While Use Predefined section titles promotes matching text to section headings, this configuration removes matching text from the output. If the same text appears in both configurations, it will be ignored rather than promoted.

Companion to: [Use Predefined section titles](#use-predefined-section-titles)

***

## PDF processing

### Show sections as images

| **Type**    | Checkbox |
| ----------- | -------- |
| **Default** | Disabled |

Converts each page of a PDF document into its own section, rendered as a page image rather than parsed text, ignoring any section boundaries within the page.

This feature is not compatible with RAG. Sections created in this mode are not processed through the standard content pipeline and will not be returned by AI search.

The primary use of this feature is to serve specific pages through Workflows or Hyperflows.

### Pdf Names

| **Type**    | Text field |
| ----------- | ---------- |
| **Default** | Empty      |

Specifies which PDF files should be parsed using [Microsoft Form Recognizer](https://azure.microsoft.com/en-us/products/ai-foundry/tools/document-intelligence). This is useful for scanned documents, documents containing complex layouts, or documents containing forms. It also provides more accurate extraction of information from tables.
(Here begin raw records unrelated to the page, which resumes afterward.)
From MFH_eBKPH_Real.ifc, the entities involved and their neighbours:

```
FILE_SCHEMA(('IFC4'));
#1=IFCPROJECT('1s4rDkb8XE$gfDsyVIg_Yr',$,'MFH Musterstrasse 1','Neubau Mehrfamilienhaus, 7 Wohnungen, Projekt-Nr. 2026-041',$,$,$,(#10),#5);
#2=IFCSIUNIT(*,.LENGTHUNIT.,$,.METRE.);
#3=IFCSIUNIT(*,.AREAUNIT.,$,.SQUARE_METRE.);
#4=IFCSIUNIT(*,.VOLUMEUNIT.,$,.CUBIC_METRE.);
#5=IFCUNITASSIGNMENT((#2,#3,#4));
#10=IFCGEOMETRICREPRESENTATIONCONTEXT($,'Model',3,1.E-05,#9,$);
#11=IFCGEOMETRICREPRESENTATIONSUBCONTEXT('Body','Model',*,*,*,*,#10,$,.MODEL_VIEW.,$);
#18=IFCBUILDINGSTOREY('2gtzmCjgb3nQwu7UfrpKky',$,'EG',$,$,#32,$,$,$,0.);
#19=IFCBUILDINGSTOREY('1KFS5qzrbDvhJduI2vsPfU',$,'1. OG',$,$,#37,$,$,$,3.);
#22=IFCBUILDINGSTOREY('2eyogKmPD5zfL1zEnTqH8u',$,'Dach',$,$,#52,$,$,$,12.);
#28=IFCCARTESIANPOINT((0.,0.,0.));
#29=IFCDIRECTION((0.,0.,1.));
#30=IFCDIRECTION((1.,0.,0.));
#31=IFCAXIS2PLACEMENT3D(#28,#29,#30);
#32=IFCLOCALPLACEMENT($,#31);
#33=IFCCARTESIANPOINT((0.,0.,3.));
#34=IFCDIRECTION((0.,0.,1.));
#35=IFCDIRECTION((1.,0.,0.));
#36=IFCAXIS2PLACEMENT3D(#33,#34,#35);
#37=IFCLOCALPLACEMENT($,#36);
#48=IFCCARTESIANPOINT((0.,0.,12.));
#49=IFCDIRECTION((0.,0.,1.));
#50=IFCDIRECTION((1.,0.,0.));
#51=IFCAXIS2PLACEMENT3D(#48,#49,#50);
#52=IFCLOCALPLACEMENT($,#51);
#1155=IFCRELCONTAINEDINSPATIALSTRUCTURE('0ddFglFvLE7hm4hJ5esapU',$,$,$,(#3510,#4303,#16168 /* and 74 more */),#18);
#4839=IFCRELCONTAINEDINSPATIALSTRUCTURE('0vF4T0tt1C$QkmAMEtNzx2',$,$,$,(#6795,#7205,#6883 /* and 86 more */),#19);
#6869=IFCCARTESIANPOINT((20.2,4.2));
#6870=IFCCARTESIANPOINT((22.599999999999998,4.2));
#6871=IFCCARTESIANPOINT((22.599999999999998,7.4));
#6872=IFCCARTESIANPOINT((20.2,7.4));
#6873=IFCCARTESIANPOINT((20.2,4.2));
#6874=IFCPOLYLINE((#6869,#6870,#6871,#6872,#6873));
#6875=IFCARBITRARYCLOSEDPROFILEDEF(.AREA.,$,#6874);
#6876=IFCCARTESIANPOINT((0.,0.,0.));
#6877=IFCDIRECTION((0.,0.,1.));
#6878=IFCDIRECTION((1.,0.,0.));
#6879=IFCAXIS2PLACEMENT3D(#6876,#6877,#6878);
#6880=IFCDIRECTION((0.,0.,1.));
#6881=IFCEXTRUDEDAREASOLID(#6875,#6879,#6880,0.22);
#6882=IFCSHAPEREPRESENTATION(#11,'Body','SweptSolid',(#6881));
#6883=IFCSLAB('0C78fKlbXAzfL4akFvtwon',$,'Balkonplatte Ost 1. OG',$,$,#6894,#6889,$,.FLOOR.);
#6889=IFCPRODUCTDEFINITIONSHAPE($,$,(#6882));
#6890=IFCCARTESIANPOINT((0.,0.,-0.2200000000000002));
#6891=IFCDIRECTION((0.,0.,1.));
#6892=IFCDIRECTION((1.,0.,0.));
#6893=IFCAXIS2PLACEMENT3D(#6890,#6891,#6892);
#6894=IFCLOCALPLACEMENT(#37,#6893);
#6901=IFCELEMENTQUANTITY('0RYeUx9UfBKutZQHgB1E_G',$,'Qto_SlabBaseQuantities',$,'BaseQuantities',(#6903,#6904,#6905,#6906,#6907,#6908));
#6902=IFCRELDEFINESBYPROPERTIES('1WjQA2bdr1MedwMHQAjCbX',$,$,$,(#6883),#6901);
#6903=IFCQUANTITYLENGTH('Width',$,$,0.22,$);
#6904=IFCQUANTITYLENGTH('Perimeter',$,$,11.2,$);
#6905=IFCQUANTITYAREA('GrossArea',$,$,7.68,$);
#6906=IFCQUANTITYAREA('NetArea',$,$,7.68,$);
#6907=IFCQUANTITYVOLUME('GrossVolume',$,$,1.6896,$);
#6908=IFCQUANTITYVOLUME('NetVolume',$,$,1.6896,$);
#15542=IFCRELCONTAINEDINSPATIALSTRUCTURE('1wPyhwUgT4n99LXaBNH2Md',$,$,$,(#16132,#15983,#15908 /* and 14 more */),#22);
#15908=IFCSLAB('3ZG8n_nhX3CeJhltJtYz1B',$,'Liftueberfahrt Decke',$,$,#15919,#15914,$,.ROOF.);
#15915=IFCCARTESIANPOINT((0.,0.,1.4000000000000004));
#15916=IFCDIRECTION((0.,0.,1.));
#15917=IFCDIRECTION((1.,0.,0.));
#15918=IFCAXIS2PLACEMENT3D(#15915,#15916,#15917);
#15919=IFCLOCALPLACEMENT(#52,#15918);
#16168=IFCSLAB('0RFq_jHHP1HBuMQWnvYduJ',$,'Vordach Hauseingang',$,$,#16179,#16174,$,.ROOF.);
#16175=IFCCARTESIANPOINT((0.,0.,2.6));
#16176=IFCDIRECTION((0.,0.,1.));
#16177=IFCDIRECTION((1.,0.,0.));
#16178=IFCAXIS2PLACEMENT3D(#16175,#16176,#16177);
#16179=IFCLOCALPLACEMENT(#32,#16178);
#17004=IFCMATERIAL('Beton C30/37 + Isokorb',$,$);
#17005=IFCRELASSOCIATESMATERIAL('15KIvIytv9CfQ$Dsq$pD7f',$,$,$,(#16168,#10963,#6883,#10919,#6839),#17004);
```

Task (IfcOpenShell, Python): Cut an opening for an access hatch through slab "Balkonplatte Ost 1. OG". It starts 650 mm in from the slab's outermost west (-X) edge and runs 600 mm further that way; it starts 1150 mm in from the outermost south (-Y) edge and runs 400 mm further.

```python
import numpy as np
import ifcopenshell
import ifcopenshell.api.feature
import ifcopenshell.api.geometry
import ifcopenshell.api.pset
import ifcopenshell.api.root
import ifcopenshell.geom
import ifcopenshell.util.element
import ifcopenshell.util.placement
import ifcopenshell.util.representation
import ifcopenshell.util.shape
import ifcopenshell.util.unit

model = ifcopenshell.open("MFH_eBKPH_Real.ifc")
unit_scale = ifcopenshell.util.unit.calculate_unit_scale(model)
area_scale = ifcopenshell.util.unit.calculate_unit_scale(model, "AREAUNIT")
volume_scale = ifcopenshell.util.unit.calculate_unit_scale(model, "VOLUMEUNIT")
settings = ifcopenshell.geom.settings()


def volume(element):
    """Net volume in cubic metres, openings subtracted."""
    shape = ifcopenshell.geom.create_shape(settings, element)
    return ifcopenshell.util.shape.get_volume(shape.geometry)


slab = model.by_id(6883)
before = volume(slab)

# Extent in the slab's own axes, in metres. The edges named are its -X and -Y sides.
slab_shape = ifcopenshell.geom.create_shape(settings, slab)
vertices = ifcopenshell.util.shape.get_vertices(slab_shape.geometry)
x_min, y_min, bottom = vertices.min(axis=0)
top = vertices[:, 2].max()

opening = ifcopenshell.api.root.create_entity(model, ifc_class="IfcOpeningElement", name="Access hatch opening", predefined_type="OPENING")
context = ifcopenshell.util.representation.get_context(model, "Model", "Body", "MODEL_VIEW")
width, depth = 0.6, 0.4
outline = [(0.0, 0.0), (width, 0.0), (width, depth), (0.0, depth), (0.0, 0.0)]
# Overshoot both faces by 50 mm so the cut is clean.
shape = ifcopenshell.api.geometry.add_slab_representation(
    model, context=context, depth=top - bottom + 0.1, polyline=outline
)
ifcopenshell.api.geometry.assign_representation(model, product=opening, representation=shape)

matrix = ifcopenshell.util.placement.get_local_placement(slab.ObjectPlacement)
matrix[:, 3] = matrix @ np.append(np.array([x_min + 0.65, y_min + 1.15, bottom - 0.05]) / unit_scale, 1.0)
ifcopenshell.api.geometry.edit_object_placement(model, product=opening, matrix=matrix, is_si=False)
ifcopenshell.api.feature.add_feature(model, feature=opening, element=slab)

after = volume(slab)

# Update the slab's stored quantities.
qto = model.by_id(ifcopenshell.util.element.get_pset(slab, "Qto_SlabBaseQuantities", should_inherit=False)["id"])
ifcopenshell.api.pset.edit_qto(model, qto=qto, properties={
    "NetArea": after / (top - bottom) / area_scale,
    "NetVolume": after / volume_scale,
})

print(f"slab volume {before:.3f} -> {after:.3f} m3")

model.write("MFH_eBKPH_Real_updated.ifc")
```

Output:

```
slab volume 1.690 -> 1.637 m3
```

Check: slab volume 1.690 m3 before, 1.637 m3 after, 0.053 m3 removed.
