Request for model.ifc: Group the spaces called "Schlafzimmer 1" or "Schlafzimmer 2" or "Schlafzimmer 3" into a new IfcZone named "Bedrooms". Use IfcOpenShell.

First a look at what the model holds.

```python
import ifcopenshell

model = ifcopenshell.open("model.ifc")
print(model.schema)
seen = {}
for space in model.by_type("IfcSpace"):
    seen[space.LongName] = seen.get(space.LongName, 0) + 1
for name, count in sorted(seen.items(), key=str):
    print(count, "x", name)
print("zones:", [z.Name for z in model.by_type("IfcZone")][:20])
```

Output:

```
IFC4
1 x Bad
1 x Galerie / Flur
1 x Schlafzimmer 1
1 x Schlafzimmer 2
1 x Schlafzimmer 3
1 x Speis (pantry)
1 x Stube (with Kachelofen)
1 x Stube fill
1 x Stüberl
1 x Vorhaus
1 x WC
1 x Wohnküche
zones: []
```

```python
import ifcopenshell
import ifcopenshell.api.group
import ifcopenshell.api.root

model = ifcopenshell.open("model.ifc")

names = {"Schlafzimmer 1", "Schlafzimmer 2", "Schlafzimmer 3"}
spaces = [s for s in model.by_type("IfcSpace") if s.LongName in names]

zone = ifcopenshell.api.root.create_entity(model, ifc_class="IfcZone", name="Bedrooms")
ifcopenshell.api.group.assign_group(model, products=spaces, group=zone)
print(len(spaces), "spaces in", zone.Name)

model.write("model-out.ifc")
```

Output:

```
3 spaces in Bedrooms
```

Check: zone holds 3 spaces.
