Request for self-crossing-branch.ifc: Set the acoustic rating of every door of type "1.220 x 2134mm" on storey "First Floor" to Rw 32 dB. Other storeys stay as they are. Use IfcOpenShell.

First a look at what the model holds.

```python
import ifcopenshell
import ifcopenshell.util.element

model = ifcopenshell.open("self-crossing-branch.ifc")
print(model.schema)
storey = next(s for s in model.by_type("IfcBuildingStorey") if s.Name == "First Floor")
doors = [e for e in ifcopenshell.util.element.get_decomposition(storey) if e.is_a("IfcDoor")]
seen = {}
for e in doors:
    element_type = ifcopenshell.util.element.get_type(e)
    key = (element_type.Name if element_type != e and element_type else None, ifcopenshell.util.element.get_pset(e, "Pset_DoorCommon", "AcousticRating"))
    seen[key] = seen.get(key, 0) + 1
for (name, value), count in sorted(seen.items(), key=str):
    print(count, "x", name, "|", value)
```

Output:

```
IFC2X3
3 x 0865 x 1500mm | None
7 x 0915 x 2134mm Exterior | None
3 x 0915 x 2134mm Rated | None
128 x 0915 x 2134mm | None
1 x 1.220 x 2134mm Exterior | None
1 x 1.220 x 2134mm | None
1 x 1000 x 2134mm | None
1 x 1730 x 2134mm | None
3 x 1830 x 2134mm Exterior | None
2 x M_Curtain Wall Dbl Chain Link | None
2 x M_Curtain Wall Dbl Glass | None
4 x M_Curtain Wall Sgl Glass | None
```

```python
import ifcopenshell
import ifcopenshell.api.pset
import ifcopenshell.util.element

model = ifcopenshell.open("self-crossing-branch.ifc")

storey = next(s for s in model.by_type("IfcBuildingStorey") if s.Name == "First Floor")
doors = [e for e in ifcopenshell.util.element.get_decomposition(storey) if e.is_a("IfcDoor")]

count = 0
for e in doors:
    element_type = ifcopenshell.util.element.get_type(e)
    if element_type in (None, e) or element_type.Name != "1.220 x 2134mm":
        continue
    # add_pset returns the element's existing set when there is one.
    pset = ifcopenshell.api.pset.add_pset(model, product=e, name="Pset_DoorCommon")
    ifcopenshell.api.pset.edit_pset(model, pset=pset, properties={"AcousticRating": "Rw 32 dB"})
    count += 1

print(count, "doors updated")

model.write("self-crossing-branch_v2.ifc")
```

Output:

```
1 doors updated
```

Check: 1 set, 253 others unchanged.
Enter a comma-separated list of file names *without the file extension*. You may also use the following values:

* `"all"` — All PDFs will use Form Recognizer.
* `"ocr"` — PDFs containing only images will use Form Recognizer.

The following is an example of a valid input for this field:

```
"invoice, receipt, ocr"
```

{% hint style="danger" %}
Using Microsoft Form Recognizer may incur extra charges. Using `"all"` will apply Form Recognizer to every PDF and can be expensive.
{% endhint %}

{% hint style="info" %}
This field also controls which documents are processed by the Document Converter and Microsoft Form Recognizer features.  See [Document Converter](https://docs.aisera.com/aisera-platform/tenant-setup/aisera-platform-configuration/tenant-configuration-settings/parser/document-converter) and [Microsoft Form Recognizer](https://docs.aisera.com/aisera-platform/tenant-setup/aisera-platform-configuration/tenant-configuration-settings/parser/microsoft-form-recognizer) for details.
{% endhint %}

### Copy Images During Parsing

| **Type**    | Checkbox |
| ----------- | -------- |
| **Default** | Enabled  |

Copies images from the source document to Aisera server storage during parsing, enabling faster image loading and reducing dependency on external image sources.

***

### File handling

### Use origin URL for files download

| **Type**    | Checkbox |
| ----------- | -------- |
| **Default** | Disabled |

Uses the original source URL for file downloads instead of S3 storage. Files will be displayed and downloaded from their original location. Use this when users need to access files directly from their original source, especially if the URLs have specific access controls or provide ease of convenience.

### Append parent title to filename

| **Type**    | Checkbox |
| ----------- | -------- |
| **Default** | Disabled |

Appends the name of the source knowledge base to the document filename, resulting in filenames with the form `<Parent Knowledge Base>-<Filename>`. This is useful for organizing filenames by their source. For instance, if a document is titled "User Guide" under the "Product Documentation" knowledge base, the filename will be "Product Documentation-User Guide".

### Enable Translation Service

| **Type**    | Checkbox |
| ----------- | -------- |
| **Default** | Disabled |

No description available.

### Enable PowerPoint Photo Mode

| **Type**    | Checkbox |
| ----------- | -------- |
| **Default** | Disabled |

Parses PowerPoint presentations as images, converting each slide to an image embedded in HTML. This preserves the exact visual appearance of slides. This is useful for presentations using many visuals, or presentations where visual fidelity is more important than searchable text.